◆ WHAT TO DO ◆
Restate word for word the lines of the records below, starting at the line that contains "wall_4_placement = place(None, origin_with_axes())" and ending at the line that contains "wall_5_placement = place(None, origin_with_axes())", with both of those lines included and nothing else.
::: SOURCE RECORDS :::
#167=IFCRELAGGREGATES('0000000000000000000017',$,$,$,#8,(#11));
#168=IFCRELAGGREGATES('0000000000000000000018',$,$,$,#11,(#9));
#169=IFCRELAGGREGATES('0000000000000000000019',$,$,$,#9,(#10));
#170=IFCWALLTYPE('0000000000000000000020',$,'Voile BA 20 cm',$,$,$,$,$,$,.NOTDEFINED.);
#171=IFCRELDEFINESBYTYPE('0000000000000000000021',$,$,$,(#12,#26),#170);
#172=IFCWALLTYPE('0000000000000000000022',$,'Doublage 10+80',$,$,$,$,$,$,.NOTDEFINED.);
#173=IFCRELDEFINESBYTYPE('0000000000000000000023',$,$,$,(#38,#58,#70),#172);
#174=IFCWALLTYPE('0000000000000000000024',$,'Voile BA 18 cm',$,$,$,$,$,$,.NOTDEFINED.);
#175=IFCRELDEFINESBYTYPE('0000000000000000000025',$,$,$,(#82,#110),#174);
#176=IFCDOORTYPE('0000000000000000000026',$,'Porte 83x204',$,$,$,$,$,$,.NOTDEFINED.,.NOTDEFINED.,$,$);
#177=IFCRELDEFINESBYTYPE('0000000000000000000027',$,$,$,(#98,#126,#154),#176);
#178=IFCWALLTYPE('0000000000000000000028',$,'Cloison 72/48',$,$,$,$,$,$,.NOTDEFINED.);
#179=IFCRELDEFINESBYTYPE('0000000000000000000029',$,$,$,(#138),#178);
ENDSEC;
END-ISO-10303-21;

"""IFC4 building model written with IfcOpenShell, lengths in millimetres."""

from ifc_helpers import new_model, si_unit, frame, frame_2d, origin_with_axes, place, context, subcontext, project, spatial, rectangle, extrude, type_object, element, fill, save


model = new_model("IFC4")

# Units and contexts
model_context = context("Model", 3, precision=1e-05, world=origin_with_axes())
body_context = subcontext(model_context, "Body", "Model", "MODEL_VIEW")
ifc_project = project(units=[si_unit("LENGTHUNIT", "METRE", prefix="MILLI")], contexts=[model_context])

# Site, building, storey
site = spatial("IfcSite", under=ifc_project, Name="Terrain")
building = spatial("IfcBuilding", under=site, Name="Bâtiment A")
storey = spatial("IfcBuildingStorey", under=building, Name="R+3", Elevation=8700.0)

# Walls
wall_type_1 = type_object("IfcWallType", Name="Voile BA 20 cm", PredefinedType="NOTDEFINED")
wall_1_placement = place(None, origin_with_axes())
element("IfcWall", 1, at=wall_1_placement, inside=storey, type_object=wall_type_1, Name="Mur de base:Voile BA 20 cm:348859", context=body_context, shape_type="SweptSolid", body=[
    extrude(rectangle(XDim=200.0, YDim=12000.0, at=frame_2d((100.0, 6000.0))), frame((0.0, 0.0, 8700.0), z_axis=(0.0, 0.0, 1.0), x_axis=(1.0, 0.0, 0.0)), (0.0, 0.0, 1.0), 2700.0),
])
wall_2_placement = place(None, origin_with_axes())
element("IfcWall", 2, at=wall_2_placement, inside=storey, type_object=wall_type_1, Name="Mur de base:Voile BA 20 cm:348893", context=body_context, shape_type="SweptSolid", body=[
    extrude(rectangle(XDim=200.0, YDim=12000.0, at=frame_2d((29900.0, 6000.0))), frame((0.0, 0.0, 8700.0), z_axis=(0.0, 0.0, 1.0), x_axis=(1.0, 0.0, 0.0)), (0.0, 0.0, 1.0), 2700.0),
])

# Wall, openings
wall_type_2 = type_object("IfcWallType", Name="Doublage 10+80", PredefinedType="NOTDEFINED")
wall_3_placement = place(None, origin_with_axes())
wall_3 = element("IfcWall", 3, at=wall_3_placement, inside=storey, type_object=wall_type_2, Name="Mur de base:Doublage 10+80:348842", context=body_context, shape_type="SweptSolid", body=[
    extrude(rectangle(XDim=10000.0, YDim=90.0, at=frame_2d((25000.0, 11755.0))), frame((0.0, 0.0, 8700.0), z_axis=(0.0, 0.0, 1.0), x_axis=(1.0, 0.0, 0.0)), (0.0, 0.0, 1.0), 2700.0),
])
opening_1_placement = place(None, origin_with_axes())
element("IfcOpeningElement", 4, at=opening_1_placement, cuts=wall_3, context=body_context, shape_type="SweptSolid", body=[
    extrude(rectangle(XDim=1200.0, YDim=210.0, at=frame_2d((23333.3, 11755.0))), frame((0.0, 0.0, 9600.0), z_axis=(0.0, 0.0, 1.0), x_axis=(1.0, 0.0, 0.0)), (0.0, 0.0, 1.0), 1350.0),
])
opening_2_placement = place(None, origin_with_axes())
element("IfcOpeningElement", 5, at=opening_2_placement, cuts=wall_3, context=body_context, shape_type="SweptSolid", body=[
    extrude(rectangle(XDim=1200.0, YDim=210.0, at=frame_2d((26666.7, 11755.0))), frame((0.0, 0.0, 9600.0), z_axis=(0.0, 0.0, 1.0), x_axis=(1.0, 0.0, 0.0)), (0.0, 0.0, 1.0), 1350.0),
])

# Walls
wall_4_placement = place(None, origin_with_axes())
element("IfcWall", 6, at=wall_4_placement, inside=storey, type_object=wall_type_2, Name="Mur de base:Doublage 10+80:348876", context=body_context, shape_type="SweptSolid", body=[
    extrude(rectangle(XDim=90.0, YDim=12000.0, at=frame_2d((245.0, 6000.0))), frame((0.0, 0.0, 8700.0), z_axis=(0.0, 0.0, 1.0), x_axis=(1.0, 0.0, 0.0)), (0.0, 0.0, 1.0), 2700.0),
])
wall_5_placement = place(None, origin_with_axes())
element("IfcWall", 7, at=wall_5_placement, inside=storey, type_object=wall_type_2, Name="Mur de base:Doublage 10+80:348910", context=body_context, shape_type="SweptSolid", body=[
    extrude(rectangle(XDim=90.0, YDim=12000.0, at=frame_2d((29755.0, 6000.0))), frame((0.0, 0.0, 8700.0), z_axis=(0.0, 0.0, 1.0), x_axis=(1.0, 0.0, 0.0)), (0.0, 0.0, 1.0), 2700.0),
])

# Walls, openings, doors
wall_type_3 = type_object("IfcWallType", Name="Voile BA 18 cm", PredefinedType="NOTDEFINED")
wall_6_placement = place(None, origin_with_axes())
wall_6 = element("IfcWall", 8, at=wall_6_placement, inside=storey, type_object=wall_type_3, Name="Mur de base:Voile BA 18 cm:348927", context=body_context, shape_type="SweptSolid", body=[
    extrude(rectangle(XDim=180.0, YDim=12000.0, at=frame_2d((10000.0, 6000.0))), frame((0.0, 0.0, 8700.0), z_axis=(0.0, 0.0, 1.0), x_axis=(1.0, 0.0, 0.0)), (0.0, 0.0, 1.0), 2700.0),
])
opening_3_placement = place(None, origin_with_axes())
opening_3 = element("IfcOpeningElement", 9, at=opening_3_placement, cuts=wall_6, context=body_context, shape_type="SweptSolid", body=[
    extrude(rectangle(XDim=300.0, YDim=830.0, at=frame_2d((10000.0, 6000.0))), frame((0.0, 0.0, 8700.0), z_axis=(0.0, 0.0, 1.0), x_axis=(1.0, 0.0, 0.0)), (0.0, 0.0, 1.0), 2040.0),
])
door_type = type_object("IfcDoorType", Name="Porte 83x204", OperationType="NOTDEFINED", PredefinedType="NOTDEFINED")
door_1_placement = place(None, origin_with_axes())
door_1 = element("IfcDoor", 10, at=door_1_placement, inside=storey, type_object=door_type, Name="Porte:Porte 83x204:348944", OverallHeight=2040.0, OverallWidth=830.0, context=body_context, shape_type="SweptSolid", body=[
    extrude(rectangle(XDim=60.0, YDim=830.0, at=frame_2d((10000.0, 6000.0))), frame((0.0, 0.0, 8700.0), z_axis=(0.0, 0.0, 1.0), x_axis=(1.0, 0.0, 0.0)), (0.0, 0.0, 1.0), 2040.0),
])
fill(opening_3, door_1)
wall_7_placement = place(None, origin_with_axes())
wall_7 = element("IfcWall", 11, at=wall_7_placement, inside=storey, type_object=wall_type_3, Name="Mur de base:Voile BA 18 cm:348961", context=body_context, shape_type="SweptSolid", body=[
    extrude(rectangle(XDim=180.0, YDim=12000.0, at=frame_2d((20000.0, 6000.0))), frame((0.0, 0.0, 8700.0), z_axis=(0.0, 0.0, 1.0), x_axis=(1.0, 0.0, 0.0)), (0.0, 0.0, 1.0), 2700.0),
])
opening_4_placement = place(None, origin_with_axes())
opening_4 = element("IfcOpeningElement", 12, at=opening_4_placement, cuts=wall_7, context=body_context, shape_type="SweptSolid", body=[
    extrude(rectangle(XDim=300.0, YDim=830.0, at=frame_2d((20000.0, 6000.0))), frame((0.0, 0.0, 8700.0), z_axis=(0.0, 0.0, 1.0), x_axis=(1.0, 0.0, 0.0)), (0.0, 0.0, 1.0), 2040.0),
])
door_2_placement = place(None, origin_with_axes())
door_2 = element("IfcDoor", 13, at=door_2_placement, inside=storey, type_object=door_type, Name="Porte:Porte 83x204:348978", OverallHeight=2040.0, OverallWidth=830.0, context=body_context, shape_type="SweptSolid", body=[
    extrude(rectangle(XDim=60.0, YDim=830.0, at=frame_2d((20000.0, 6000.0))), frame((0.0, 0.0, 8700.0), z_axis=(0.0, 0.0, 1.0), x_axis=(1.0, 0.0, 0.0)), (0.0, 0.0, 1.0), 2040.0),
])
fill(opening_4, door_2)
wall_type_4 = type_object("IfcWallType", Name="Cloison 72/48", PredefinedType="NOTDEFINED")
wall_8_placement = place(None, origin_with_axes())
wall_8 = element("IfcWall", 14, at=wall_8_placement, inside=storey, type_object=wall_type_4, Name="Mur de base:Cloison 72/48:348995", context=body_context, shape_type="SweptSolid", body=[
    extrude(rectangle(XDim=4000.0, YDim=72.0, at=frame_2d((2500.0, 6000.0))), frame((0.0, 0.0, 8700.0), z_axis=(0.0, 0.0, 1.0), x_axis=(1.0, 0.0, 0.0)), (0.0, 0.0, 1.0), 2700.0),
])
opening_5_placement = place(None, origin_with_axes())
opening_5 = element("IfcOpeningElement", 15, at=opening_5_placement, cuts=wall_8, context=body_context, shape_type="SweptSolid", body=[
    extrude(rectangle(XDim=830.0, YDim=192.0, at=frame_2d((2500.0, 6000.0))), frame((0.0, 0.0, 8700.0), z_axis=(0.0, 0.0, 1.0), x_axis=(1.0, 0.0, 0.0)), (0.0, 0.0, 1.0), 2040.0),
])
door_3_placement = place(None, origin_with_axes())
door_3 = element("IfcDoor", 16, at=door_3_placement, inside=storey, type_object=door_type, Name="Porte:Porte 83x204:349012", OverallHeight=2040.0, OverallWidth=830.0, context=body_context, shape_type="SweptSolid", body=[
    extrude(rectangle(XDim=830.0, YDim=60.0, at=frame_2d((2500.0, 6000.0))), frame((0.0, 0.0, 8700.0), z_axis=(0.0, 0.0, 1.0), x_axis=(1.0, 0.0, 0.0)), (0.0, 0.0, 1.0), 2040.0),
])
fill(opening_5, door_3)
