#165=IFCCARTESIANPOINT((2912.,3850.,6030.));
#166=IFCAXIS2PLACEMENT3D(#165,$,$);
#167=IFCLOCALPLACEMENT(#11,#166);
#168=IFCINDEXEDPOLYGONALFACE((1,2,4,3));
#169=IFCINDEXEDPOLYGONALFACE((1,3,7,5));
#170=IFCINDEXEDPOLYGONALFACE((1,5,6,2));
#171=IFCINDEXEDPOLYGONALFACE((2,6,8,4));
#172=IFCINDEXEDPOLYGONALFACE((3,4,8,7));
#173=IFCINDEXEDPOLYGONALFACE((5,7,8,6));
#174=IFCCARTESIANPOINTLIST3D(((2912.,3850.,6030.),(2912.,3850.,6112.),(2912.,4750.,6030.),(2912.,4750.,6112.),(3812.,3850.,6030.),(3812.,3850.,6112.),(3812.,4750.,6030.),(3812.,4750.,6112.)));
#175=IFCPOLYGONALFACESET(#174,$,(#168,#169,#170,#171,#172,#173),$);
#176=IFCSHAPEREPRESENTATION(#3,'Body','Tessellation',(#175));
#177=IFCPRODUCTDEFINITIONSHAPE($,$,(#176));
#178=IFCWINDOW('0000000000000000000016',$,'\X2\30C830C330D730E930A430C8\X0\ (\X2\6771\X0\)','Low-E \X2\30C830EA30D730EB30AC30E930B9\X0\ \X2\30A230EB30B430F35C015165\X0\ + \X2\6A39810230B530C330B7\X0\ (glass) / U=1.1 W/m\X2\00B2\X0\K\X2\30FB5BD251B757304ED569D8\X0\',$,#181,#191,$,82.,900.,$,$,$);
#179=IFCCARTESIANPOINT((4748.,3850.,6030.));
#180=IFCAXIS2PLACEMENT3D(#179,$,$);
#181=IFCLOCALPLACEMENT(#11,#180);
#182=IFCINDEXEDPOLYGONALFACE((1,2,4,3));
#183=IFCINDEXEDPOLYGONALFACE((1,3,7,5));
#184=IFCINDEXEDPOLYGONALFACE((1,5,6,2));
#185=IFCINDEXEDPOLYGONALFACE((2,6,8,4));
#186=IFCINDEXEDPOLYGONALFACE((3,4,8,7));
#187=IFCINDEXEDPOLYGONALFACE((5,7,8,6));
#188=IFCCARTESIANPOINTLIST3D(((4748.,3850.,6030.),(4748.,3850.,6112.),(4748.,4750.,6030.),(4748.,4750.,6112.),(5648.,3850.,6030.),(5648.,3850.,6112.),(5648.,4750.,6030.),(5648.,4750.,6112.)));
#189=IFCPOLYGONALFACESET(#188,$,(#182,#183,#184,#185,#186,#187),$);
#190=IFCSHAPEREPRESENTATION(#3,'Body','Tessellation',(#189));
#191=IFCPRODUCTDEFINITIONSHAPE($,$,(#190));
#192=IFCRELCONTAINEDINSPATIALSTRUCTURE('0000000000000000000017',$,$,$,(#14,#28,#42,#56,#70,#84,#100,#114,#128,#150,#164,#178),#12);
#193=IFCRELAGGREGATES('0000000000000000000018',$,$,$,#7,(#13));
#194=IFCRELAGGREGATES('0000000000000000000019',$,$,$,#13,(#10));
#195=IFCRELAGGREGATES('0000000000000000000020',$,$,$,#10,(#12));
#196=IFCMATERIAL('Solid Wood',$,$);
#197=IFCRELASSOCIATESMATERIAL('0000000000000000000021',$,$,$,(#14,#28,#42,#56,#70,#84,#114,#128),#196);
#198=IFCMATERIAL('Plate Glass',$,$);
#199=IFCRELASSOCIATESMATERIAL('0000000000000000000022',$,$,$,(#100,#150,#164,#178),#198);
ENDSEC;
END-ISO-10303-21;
:::
◆ EXPECTED ANSWER ◆
wall_4_placement = place(None, origin_with_axes())
element("IfcWall", 6, at=wall_4_placement, inside=storey, type_object=wall_type_2, Name="Mur de base:Doublage 10+80:348876", context=body_context, shape_type="SweptSolid", body=[
    extrude(rectangle(XDim=90.0, YDim=12000.0, at=frame_2d((245.0, 6000.0))), frame((0.0, 0.0, 8700.0), z_axis=(0.0, 0.0, 1.0), x_axis=(1.0, 0.0, 0.0)), (0.0, 0.0, 1.0), 2700.0),
])
wall_5_placement = place(None, origin_with_axes())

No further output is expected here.